**Exercise aim**
For the data below, give again exactly the lines from the one containing "#163=IFCINDEXEDPOLYGONALFACE((1,3,7,5));" through the one containing "#185=IFCPRODUCTDEFINITIONSHAPE($,$,(#184));", both ends included, and no others.

Records from a data collection:

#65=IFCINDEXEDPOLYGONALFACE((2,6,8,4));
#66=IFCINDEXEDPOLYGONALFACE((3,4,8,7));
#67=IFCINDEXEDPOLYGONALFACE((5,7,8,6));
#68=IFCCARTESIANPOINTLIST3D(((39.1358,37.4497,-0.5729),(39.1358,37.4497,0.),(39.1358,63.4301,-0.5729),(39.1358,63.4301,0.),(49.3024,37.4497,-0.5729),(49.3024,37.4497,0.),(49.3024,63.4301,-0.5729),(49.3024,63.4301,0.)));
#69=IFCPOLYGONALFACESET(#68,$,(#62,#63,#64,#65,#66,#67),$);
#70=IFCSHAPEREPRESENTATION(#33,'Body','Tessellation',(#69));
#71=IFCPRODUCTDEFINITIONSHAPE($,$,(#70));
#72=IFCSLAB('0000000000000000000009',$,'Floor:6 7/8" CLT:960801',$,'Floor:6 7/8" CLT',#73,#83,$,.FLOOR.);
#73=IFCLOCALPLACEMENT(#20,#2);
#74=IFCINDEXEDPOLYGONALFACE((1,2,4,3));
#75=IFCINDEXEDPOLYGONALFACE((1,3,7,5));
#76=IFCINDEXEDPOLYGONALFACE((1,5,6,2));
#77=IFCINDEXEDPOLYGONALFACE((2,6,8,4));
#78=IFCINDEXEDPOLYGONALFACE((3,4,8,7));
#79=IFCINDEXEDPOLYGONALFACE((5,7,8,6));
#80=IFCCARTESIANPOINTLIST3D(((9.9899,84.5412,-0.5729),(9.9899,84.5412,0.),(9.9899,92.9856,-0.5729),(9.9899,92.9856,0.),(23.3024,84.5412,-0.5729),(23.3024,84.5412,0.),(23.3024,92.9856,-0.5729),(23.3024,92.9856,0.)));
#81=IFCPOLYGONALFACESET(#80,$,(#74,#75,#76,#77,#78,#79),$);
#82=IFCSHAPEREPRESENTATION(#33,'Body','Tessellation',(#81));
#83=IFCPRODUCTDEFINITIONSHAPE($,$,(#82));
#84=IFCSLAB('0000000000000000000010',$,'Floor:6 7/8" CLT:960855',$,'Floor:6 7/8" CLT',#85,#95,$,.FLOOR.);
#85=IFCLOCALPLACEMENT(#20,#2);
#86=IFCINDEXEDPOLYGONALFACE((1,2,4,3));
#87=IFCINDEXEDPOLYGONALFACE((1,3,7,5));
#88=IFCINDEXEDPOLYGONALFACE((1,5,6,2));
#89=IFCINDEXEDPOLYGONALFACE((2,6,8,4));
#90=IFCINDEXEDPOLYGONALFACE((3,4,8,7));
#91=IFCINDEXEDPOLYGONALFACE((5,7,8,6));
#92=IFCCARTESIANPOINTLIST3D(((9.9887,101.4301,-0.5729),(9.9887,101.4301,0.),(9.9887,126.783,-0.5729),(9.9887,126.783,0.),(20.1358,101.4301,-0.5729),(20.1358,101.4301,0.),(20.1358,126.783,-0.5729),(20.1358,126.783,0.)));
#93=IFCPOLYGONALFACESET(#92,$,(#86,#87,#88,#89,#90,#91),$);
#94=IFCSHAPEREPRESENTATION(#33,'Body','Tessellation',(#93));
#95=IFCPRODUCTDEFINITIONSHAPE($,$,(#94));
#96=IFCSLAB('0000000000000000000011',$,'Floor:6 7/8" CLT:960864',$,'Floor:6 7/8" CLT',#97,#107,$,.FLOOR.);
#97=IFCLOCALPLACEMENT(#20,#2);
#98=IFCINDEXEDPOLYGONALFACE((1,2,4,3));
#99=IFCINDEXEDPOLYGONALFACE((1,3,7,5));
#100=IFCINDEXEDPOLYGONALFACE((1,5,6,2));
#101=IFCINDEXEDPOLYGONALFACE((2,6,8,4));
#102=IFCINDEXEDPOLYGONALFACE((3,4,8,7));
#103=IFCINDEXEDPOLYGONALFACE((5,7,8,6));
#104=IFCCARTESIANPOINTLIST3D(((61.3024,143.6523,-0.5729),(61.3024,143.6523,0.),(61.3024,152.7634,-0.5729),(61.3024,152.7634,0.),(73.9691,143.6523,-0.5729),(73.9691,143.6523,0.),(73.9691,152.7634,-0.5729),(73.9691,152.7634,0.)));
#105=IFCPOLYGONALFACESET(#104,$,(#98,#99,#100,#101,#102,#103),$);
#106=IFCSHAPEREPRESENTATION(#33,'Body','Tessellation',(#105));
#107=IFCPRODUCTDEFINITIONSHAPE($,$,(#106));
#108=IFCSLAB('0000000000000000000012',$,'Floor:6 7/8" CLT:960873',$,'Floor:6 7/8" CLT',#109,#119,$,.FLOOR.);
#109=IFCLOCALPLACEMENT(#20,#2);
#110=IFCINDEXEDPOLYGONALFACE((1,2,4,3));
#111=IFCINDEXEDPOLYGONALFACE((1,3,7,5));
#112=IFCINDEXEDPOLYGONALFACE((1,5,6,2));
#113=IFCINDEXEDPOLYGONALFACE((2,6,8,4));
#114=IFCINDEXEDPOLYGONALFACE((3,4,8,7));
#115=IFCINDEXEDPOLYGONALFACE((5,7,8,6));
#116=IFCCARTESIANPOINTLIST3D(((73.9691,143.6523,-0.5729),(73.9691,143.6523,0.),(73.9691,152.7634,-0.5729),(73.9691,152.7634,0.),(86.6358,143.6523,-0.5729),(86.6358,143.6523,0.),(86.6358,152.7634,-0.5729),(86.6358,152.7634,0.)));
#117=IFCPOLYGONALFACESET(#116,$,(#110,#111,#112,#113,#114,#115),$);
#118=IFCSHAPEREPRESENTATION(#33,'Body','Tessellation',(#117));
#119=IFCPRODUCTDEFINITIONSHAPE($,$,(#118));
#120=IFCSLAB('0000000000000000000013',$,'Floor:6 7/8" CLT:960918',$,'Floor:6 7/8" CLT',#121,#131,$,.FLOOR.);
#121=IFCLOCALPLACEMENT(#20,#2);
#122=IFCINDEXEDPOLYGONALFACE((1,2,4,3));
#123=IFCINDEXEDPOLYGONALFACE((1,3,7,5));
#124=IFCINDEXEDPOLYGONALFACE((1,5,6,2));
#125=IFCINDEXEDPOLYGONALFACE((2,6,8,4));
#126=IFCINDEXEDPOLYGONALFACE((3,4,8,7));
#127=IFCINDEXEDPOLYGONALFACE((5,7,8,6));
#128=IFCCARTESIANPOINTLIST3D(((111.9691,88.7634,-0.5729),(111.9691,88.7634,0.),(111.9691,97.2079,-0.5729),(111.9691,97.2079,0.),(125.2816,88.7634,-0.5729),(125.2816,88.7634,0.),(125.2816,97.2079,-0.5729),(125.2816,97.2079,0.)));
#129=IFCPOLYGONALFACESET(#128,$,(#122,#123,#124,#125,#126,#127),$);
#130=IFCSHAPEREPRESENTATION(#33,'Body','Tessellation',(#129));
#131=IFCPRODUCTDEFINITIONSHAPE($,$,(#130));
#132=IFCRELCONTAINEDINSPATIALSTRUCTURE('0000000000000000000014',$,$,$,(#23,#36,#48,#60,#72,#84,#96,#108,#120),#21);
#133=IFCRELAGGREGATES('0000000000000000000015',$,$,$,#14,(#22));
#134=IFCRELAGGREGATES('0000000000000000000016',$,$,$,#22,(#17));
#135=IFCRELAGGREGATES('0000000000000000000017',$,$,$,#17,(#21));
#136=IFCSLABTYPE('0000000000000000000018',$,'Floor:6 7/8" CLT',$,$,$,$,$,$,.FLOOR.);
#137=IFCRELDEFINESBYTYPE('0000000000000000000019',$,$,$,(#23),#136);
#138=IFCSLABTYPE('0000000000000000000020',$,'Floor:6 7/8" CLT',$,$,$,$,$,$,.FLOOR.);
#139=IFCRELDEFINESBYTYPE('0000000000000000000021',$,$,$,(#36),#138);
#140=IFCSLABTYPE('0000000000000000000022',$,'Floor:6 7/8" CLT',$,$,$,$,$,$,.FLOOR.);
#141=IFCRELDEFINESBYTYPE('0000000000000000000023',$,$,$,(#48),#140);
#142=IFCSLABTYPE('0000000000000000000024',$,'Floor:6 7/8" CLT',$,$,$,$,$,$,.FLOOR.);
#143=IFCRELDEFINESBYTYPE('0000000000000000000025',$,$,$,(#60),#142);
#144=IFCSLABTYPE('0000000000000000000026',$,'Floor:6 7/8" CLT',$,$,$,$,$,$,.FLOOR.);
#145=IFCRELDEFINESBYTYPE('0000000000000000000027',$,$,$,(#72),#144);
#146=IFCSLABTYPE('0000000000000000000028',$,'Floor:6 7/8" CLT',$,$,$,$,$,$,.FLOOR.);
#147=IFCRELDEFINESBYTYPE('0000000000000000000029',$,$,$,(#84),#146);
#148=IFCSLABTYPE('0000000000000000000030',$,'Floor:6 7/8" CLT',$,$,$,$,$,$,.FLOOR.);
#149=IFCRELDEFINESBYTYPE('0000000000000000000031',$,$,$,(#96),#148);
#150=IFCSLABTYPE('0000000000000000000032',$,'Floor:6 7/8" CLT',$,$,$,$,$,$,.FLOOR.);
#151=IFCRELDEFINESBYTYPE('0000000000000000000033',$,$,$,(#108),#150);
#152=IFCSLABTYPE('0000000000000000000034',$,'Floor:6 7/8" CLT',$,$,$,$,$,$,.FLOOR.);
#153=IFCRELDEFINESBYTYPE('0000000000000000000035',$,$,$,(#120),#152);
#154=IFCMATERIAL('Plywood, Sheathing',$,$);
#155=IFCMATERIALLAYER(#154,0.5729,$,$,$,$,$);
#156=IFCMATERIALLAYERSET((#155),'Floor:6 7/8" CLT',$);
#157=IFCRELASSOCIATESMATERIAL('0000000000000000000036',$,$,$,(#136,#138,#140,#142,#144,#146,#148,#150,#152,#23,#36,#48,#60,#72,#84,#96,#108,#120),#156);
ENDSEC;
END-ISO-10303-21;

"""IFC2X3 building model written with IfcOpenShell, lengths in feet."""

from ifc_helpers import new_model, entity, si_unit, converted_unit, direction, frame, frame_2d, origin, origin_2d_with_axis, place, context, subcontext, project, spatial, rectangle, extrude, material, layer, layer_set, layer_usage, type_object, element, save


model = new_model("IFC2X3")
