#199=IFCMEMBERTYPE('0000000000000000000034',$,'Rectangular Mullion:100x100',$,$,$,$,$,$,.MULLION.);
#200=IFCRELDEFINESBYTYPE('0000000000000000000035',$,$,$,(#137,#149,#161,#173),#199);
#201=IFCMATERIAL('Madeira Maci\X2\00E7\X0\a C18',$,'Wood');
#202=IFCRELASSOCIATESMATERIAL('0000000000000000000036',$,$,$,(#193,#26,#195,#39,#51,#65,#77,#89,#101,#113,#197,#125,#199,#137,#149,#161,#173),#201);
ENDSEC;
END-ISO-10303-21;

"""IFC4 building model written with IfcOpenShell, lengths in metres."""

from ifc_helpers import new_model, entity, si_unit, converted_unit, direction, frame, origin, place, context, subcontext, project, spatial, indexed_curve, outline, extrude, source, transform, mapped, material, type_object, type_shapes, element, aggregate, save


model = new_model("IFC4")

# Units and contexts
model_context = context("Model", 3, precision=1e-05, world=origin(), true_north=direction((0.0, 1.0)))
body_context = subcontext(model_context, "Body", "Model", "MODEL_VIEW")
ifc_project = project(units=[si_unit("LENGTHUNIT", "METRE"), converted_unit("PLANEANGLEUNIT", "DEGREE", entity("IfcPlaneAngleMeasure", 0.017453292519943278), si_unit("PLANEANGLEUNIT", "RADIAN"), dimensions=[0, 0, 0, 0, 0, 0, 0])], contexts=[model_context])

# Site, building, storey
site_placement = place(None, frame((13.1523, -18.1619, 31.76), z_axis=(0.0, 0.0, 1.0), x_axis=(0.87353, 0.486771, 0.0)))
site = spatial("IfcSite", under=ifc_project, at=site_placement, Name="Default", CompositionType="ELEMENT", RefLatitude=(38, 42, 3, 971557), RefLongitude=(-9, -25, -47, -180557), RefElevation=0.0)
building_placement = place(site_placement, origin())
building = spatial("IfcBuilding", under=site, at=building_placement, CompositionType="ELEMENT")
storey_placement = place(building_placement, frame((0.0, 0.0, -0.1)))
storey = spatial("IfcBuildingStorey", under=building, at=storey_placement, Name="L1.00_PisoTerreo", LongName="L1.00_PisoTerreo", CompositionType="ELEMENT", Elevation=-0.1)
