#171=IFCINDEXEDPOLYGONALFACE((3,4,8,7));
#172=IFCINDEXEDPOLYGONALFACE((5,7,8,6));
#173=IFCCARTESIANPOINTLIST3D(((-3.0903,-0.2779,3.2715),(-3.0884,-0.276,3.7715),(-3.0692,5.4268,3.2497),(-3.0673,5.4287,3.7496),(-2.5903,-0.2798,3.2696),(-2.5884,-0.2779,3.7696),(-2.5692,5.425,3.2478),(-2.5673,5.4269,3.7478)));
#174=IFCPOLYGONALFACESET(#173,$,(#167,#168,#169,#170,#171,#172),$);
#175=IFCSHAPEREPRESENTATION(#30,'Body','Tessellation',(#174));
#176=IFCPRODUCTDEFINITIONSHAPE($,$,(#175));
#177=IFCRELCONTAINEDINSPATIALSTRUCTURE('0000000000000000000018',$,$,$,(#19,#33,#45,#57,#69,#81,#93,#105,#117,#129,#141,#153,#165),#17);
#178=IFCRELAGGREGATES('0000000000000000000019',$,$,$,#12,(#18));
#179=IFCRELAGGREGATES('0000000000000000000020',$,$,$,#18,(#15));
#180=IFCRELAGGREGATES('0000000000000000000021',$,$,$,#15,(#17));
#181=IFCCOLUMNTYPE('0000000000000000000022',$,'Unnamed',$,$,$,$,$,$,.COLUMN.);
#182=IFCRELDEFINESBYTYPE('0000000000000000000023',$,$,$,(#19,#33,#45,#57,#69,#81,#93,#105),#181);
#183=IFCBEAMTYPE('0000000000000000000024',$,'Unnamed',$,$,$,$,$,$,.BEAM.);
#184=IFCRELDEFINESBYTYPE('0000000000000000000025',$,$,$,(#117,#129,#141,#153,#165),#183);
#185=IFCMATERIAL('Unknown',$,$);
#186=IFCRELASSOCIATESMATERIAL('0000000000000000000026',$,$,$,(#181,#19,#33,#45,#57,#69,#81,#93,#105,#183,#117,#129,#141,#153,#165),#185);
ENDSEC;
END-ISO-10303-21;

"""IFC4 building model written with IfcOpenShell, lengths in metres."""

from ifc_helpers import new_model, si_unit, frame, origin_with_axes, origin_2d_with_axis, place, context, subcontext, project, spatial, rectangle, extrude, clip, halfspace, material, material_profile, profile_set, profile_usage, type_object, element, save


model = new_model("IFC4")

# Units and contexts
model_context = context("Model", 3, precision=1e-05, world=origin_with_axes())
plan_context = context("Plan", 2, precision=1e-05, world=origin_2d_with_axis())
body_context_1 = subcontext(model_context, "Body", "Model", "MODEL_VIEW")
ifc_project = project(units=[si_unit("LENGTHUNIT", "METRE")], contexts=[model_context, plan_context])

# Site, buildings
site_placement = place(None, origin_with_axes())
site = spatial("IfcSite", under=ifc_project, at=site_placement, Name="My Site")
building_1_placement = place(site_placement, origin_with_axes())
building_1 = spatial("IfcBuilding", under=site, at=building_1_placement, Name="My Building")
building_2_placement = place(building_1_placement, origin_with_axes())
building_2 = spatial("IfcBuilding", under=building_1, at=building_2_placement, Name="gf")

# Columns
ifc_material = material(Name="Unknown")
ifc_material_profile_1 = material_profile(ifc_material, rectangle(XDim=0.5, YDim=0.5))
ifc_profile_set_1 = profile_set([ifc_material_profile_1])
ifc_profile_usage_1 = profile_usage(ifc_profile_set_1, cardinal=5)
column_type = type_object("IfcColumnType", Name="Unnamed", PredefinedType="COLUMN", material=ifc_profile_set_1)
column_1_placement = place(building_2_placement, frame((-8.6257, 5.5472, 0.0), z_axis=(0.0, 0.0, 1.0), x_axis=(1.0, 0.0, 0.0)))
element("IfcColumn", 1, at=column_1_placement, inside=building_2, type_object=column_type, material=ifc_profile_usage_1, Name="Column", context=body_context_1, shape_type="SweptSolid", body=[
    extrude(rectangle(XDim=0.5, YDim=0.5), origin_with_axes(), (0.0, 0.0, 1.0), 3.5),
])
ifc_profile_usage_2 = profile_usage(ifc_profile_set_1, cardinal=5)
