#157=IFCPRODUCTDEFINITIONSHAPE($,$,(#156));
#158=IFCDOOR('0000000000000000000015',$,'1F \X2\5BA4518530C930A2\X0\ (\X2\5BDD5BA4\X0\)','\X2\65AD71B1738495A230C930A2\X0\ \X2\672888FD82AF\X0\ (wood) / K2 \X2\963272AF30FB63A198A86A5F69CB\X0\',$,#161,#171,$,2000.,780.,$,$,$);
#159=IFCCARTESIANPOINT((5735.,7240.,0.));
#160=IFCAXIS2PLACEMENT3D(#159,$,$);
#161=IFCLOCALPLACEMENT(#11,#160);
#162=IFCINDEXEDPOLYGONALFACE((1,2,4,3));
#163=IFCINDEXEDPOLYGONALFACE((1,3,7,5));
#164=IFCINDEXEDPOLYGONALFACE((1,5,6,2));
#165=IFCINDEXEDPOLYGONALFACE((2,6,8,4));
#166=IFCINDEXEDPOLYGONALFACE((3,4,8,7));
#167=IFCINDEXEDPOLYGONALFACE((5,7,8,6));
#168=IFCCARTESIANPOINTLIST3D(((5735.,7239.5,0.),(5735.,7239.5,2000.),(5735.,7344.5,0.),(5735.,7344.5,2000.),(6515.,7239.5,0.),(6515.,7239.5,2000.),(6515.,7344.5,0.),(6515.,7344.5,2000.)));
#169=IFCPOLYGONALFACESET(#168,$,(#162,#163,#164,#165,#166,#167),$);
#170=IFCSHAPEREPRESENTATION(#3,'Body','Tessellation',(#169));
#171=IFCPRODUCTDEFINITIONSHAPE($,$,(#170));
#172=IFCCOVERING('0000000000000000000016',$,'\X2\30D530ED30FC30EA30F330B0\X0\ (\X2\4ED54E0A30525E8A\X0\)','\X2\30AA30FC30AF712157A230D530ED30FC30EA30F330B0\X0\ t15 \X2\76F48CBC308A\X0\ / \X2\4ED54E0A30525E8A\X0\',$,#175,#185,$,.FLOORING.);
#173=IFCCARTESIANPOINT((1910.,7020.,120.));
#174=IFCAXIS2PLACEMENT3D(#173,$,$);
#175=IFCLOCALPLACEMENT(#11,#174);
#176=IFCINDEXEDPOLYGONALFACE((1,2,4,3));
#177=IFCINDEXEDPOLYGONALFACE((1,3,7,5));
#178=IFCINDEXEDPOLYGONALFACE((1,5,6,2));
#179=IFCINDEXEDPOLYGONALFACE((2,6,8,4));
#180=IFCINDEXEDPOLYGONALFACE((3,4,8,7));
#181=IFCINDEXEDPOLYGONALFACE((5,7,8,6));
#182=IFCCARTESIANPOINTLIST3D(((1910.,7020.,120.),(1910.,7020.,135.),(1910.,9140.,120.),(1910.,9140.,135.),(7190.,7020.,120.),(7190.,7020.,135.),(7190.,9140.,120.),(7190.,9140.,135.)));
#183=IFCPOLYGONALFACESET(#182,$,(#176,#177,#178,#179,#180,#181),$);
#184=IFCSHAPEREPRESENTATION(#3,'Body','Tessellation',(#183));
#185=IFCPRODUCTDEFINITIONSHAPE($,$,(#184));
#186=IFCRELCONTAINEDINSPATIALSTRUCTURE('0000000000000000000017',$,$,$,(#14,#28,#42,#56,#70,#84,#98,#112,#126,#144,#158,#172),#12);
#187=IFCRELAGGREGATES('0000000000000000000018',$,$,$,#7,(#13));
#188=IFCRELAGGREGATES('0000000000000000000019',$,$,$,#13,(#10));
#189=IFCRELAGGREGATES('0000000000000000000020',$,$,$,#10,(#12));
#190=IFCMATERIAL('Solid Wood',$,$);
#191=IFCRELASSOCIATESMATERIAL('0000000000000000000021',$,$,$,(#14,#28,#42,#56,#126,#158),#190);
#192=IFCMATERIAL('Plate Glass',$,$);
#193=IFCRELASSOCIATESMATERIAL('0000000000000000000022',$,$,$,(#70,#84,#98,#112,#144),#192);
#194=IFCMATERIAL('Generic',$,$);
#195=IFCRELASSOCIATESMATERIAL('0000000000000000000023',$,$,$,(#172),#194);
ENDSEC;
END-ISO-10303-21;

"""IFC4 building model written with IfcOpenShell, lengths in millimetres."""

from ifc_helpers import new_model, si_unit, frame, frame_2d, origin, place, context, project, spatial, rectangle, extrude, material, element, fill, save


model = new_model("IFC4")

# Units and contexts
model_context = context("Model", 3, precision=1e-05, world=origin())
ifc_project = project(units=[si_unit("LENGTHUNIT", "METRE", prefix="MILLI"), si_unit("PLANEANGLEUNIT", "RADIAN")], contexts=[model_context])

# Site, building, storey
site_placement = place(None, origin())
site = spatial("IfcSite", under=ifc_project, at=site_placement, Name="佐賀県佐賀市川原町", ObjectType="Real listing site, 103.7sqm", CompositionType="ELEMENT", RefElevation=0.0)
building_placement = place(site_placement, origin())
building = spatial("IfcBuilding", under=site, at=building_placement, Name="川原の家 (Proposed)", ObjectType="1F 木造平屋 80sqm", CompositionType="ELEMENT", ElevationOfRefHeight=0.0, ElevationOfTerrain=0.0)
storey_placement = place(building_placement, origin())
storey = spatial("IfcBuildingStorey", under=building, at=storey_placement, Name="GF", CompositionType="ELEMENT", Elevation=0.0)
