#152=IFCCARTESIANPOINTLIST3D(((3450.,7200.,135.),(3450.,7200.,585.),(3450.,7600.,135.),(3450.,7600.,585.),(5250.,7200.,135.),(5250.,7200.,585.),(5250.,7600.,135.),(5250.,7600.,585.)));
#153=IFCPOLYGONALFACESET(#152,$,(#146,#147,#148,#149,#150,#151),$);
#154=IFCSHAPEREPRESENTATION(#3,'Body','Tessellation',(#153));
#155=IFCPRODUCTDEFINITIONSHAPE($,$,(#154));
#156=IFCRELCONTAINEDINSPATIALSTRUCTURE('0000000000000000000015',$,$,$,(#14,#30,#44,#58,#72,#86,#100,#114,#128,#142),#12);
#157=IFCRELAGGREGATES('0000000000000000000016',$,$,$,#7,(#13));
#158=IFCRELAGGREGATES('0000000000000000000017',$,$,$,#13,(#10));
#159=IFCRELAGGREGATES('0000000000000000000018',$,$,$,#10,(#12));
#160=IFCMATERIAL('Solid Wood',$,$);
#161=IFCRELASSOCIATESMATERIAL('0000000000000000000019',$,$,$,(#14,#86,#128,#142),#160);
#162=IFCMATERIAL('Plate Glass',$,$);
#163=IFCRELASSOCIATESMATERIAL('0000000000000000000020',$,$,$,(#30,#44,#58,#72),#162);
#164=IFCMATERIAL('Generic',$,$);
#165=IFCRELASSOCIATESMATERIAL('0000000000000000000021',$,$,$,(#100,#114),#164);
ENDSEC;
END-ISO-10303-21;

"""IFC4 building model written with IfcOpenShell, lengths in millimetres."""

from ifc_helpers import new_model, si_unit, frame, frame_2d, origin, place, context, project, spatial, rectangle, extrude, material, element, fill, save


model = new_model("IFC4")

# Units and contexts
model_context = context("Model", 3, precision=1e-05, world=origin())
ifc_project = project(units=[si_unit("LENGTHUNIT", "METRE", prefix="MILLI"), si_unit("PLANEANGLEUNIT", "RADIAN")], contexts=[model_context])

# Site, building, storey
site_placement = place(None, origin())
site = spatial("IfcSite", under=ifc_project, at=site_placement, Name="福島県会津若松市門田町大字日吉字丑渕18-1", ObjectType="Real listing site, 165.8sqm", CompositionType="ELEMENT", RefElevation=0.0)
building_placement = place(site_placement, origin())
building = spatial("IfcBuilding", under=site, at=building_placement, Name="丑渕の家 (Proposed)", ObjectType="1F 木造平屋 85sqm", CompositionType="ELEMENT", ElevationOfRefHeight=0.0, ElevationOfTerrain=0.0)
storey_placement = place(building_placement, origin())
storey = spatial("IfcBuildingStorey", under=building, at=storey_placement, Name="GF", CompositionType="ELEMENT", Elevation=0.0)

**Response to the exercise**
#163=IFCINDEXEDPOLYGONALFACE((1,3,7,5));
#164=IFCINDEXEDPOLYGONALFACE((1,5,6,2));
#165=IFCINDEXEDPOLYGONALFACE((2,6,8,4));
#166=IFCINDEXEDPOLYGONALFACE((3,4,8,7));
#167=IFCINDEXEDPOLYGONALFACE((5,7,8,6));
#168=IFCCARTESIANPOINTLIST3D(((5735.,7239.5,0.),(5735.,7239.5,2000.),(5735.,7344.5,0.),(5735.,7344.5,2000.),(6515.,7239.5,0.),(6515.,7239.5,2000.),(6515.,7344.5,0.),(6515.,7344.5,2000.)));
#169=IFCPOLYGONALFACESET(#168,$,(#162,#163,#164,#165,#166,#167),$);
#170=IFCSHAPEREPRESENTATION(#3,'Body','Tessellation',(#169));
#171=IFCPRODUCTDEFINITIONSHAPE($,$,(#170));
#172=IFCCOVERING('0000000000000000000016',$,'\X2\30D530ED30FC30EA30F330B0\X0\ (\X2\4ED54E0A30525E8A\X0\)','\X2\30AA30FC30AF712157A230D530ED30FC30EA30F330B0\X0\ t15 \X2\76F48CBC308A\X0\ / \X2\4ED54E0A30525E8A\X0\',$,#175,#185,$,.FLOORING.);
#173=IFCCARTESIANPOINT((1910.,7020.,120.));
#174=IFCAXIS2PLACEMENT3D(#173,$,$);
#175=IFCLOCALPLACEMENT(#11,#174);
#176=IFCINDEXEDPOLYGONALFACE((1,2,4,3));
#177=IFCINDEXEDPOLYGONALFACE((1,3,7,5));
#178=IFCINDEXEDPOLYGONALFACE((1,5,6,2));
#179=IFCINDEXEDPOLYGONALFACE((2,6,8,4));
#180=IFCINDEXEDPOLYGONALFACE((3,4,8,7));
#181=IFCINDEXEDPOLYGONALFACE((5,7,8,6));
#182=IFCCARTESIANPOINTLIST3D(((1910.,7020.,120.),(1910.,7020.,135.),(1910.,9140.,120.),(1910.,9140.,135.),(7190.,7020.,120.),(7190.,7020.,135.),(7190.,9140.,120.),(7190.,9140.,135.)));
#183=IFCPOLYGONALFACESET(#182,$,(#176,#177,#178,#179,#180,#181),$);
#184=IFCSHAPEREPRESENTATION(#3,'Body','Tessellation',(#183));
#185=IFCPRODUCTDEFINITIONSHAPE($,$,(#184));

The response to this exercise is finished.